====== Recorded information ======
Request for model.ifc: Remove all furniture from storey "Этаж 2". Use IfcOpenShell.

First a look at what the model holds.

```python
import ifcopenshell
import ifcopenshell.util.element

model = ifcopenshell.open("model.ifc")
print(model.schema)
storey = next(s for s in model.by_type("IfcBuildingStorey") if s.Name == "Этаж 2")
furniture = [e for e in ifcopenshell.util.element.get_decomposition(storey) if e.is_a("IfcFurnishingElement")]
seen = {}
for e in furniture:
    element_type = ifcopenshell.util.element.get_type(e)
    name = element_type.Name if element_type not in (None, e) else None
    seen[name] = seen.get(name, 0) + 1
for name, count in sorted(seen.items(), key=str):
    print(count, "x", name)
```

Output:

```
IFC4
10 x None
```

```python
import ifcopenshell
import ifcopenshell.api.root
import ifcopenshell.util.element

model = ifcopenshell.open("model.ifc")

storey = next(s for s in model.by_type("IfcBuildingStorey") if s.Name == "Этаж 2")
furniture = [e for e in ifcopenshell.util.element.get_decomposition(storey) if e.is_a("IfcFurnishingElement")]

for e in furniture:
    ifcopenshell.api.root.remove_product(model, product=e)
print(len(furniture), "removed")

model.write("model_v2.ifc")
```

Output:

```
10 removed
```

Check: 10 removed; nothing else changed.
======
# Task directions
Copy each record above so that no word or mark differs.

# Solution
Request for model.ifc: Remove all furniture from storey "Этаж 2". Use IfcOpenShell.

First a look at what the model holds.

```python
import ifcopenshell
import ifcopenshell.util.element

model = ifcopenshell.open("model.ifc")
print(model.schema)
storey = next(s for s in model.by_type("IfcBuildingStorey") if s.Name == "Этаж 2")
furniture = [e for e in ifcopenshell.util.element.get_decomposition(storey) if e.is_a("IfcFurnishingElement")]
seen = {}
for e in furniture:
    element_type = ifcopenshell.util.element.get_type(e)
    name = element_type.Name if element_type not in (None, e) else None
    seen[name] = seen.get(name, 0) + 1
for name, count in sorted(seen.items(), key=str):
    print(count, "x", name)
```

Output:

```
IFC4
10 x None
```

```python
import ifcopenshell
import ifcopenshell.api.root
import ifcopenshell.util.element

model = ifcopenshell.open("model.ifc")

storey = next(s for s in model.by_type("IfcBuildingStorey") if s.Name == "Этаж 2")
furniture = [e for e in ifcopenshell.util.element.get_decomposition(storey) if e.is_a("IfcFurnishingElement")]

for e in furniture:
    ifcopenshell.api.root.remove_product(model, product=e)
print(len(furniture), "removed")

model.write("model_v2.ifc")
```

Output:

```
10 removed
```

Check: 10 removed; nothing else changed.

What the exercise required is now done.